● **AIM OF THE TASK**:
Exact reproduction required: the lines below from the line with "#90=IFCINDEXEDPOLYGONALFACE((61,62,78,77));" to the line with "#104=IFCINDEXEDPOLYGONALFACE((77,78,94,93));", both ends included, and no others.

----

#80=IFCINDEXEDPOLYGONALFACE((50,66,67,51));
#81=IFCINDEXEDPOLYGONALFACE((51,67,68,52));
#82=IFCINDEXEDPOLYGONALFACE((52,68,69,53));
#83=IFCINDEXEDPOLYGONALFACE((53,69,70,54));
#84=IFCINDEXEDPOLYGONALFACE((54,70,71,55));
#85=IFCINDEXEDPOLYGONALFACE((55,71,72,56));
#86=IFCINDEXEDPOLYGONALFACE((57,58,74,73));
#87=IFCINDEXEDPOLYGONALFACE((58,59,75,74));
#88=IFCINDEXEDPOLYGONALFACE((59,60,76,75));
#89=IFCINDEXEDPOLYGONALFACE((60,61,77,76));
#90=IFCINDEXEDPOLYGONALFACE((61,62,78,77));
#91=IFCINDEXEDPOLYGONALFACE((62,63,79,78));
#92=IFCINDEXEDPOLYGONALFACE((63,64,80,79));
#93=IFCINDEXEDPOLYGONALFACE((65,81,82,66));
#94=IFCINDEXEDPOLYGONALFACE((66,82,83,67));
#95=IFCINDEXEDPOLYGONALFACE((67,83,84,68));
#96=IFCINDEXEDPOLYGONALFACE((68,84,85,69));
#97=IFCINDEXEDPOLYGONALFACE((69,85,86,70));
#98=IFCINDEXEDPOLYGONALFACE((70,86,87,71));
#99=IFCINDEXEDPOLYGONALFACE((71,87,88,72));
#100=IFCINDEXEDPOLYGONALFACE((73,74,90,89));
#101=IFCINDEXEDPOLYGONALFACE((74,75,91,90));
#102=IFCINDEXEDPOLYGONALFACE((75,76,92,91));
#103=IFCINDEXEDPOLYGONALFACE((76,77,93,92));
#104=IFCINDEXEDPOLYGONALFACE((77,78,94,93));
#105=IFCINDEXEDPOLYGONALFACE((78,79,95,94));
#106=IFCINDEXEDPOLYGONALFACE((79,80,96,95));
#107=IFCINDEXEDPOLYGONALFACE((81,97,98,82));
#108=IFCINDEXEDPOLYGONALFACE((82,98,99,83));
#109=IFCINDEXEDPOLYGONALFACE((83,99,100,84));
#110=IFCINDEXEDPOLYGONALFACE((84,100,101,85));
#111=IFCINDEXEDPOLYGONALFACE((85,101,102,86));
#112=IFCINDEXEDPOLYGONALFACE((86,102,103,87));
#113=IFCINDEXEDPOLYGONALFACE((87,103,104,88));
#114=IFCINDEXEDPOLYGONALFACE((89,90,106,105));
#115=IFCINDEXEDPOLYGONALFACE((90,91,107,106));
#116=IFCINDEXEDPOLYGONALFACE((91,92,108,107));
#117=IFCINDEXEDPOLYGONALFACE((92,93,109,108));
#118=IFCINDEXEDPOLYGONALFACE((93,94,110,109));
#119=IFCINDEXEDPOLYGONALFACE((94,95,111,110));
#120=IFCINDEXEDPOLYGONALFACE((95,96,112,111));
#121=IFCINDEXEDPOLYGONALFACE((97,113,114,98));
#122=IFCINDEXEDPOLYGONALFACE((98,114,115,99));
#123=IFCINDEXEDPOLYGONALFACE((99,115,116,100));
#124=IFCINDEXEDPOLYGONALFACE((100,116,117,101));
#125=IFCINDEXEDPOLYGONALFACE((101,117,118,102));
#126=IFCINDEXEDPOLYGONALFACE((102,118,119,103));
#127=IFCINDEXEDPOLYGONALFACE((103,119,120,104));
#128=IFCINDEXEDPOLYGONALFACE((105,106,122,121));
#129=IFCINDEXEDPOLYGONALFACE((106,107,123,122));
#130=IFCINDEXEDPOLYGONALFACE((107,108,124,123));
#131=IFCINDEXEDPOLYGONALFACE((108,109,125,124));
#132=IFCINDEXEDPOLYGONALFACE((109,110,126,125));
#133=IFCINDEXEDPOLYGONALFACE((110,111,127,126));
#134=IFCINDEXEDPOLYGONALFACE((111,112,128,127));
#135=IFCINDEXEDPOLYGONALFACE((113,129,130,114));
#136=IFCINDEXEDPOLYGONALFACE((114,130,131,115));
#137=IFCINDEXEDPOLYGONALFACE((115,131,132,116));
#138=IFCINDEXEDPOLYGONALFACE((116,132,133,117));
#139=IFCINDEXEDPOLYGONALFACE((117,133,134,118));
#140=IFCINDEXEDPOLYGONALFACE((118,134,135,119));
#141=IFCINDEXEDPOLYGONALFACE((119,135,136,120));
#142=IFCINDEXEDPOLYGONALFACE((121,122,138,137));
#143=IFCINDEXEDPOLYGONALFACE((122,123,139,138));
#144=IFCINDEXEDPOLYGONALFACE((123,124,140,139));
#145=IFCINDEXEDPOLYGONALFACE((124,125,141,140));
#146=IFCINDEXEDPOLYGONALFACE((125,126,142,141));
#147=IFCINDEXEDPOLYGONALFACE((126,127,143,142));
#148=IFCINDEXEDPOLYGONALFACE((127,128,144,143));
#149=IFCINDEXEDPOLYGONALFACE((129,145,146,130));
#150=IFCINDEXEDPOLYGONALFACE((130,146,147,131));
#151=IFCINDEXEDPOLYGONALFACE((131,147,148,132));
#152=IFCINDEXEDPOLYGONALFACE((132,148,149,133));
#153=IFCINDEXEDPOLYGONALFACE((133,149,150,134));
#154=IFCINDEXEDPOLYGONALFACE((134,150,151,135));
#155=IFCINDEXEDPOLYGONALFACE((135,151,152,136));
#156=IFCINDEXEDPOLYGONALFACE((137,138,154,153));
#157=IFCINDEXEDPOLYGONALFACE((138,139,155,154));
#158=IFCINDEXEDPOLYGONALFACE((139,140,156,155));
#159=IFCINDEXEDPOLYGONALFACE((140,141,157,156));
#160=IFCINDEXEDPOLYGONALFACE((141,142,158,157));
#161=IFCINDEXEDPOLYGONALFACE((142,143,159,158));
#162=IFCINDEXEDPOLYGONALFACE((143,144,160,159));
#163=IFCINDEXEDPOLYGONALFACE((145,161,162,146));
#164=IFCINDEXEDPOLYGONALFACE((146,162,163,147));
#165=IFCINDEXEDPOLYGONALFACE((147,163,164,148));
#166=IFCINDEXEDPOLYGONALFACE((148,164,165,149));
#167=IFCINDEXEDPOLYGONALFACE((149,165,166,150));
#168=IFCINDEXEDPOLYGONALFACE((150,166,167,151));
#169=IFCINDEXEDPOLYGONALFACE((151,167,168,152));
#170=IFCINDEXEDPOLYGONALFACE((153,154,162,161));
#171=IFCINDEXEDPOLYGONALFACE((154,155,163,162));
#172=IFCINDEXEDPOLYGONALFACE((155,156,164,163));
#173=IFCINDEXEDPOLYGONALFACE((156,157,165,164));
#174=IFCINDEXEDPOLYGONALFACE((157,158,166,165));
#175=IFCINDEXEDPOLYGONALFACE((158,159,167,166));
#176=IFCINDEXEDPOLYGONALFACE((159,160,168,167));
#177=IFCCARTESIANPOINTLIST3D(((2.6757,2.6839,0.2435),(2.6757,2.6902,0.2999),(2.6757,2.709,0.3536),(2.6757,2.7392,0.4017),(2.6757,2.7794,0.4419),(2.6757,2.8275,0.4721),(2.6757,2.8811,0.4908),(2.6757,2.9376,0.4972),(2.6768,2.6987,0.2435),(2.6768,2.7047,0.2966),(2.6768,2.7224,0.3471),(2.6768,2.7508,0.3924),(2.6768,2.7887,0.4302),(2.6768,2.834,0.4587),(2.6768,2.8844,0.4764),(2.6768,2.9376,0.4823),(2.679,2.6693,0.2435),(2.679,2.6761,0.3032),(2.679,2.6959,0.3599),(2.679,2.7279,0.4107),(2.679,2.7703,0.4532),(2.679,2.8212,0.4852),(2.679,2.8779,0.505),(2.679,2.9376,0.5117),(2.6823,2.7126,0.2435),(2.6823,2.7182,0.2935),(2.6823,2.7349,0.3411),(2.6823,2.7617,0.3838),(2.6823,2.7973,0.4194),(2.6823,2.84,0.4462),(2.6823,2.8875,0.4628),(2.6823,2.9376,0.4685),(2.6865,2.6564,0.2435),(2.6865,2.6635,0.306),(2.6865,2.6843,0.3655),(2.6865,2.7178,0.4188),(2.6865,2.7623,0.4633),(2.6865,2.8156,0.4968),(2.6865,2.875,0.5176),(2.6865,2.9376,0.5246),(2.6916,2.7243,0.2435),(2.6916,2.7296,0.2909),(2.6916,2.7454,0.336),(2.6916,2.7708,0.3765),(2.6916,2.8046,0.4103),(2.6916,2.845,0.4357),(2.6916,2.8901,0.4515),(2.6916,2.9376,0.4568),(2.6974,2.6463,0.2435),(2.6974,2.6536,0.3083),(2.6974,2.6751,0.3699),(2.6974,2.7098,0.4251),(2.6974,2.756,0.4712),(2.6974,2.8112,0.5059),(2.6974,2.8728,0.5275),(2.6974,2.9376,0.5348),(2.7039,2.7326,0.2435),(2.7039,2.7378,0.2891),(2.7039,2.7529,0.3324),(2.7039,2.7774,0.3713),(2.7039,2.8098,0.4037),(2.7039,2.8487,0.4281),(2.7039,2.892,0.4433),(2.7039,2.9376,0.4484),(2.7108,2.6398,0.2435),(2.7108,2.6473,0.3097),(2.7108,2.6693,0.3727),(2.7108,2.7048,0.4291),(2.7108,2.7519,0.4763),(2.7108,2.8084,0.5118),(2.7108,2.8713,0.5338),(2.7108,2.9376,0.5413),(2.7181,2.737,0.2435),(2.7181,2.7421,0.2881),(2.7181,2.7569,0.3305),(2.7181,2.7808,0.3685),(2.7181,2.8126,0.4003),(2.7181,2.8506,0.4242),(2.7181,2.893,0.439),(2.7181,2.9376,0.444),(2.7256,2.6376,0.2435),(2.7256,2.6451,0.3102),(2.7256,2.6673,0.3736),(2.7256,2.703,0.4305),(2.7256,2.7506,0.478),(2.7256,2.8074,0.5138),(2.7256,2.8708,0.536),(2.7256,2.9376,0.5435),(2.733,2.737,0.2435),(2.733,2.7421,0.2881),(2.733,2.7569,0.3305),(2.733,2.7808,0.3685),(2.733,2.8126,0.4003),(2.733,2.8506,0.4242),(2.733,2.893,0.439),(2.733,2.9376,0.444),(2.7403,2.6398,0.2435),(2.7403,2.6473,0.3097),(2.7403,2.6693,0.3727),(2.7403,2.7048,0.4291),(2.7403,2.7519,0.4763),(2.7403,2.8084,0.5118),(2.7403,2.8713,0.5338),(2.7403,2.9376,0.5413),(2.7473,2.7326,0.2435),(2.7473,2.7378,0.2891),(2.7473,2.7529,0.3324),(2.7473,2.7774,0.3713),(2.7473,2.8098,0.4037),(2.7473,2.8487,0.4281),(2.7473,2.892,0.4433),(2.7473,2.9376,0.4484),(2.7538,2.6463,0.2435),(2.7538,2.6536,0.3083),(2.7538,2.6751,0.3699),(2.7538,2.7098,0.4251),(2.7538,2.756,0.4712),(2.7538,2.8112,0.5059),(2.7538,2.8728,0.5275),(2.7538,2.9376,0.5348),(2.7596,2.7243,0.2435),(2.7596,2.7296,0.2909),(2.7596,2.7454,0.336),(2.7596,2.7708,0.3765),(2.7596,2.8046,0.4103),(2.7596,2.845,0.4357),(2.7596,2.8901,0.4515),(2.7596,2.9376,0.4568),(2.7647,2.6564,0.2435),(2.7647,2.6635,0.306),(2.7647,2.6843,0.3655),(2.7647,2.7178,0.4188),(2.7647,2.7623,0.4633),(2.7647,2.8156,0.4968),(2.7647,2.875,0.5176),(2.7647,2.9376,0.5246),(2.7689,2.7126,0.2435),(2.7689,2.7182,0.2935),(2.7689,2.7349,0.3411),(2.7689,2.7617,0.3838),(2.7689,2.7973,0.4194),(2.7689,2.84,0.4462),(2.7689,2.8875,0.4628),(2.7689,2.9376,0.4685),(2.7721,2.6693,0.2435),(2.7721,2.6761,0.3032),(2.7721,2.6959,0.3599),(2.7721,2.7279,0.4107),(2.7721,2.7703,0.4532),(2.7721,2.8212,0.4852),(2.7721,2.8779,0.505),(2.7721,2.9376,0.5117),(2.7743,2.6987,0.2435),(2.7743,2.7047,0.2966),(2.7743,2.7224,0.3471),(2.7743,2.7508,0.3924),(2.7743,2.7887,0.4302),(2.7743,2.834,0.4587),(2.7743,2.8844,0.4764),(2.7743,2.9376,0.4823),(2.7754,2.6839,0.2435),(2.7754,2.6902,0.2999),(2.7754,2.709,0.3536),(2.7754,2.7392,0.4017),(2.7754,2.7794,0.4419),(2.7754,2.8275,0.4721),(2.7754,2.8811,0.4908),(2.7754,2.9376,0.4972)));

----

● **WORKED SOLUTION**:
#90=IFCINDEXEDPOLYGONALFACE((61,62,78,77));
#91=IFCINDEXEDPOLYGONALFACE((62,63,79,78));
#92=IFCINDEXEDPOLYGONALFACE((63,64,80,79));
#93=IFCINDEXEDPOLYGONALFACE((65,81,82,66));
#94=IFCINDEXEDPOLYGONALFACE((66,82,83,67));
#95=IFCINDEXEDPOLYGONALFACE((67,83,84,68));
#96=IFCINDEXEDPOLYGONALFACE((68,84,85,69));
#97=IFCINDEXEDPOLYGONALFACE((69,85,86,70));
#98=IFCINDEXEDPOLYGONALFACE((70,86,87,71));
#99=IFCINDEXEDPOLYGONALFACE((71,87,88,72));
#100=IFCINDEXEDPOLYGONALFACE((73,74,90,89));
#101=IFCINDEXEDPOLYGONALFACE((74,75,91,90));
#102=IFCINDEXEDPOLYGONALFACE((75,76,92,91));
#103=IFCINDEXEDPOLYGONALFACE((76,77,93,92));
#104=IFCINDEXEDPOLYGONALFACE((77,78,94,93));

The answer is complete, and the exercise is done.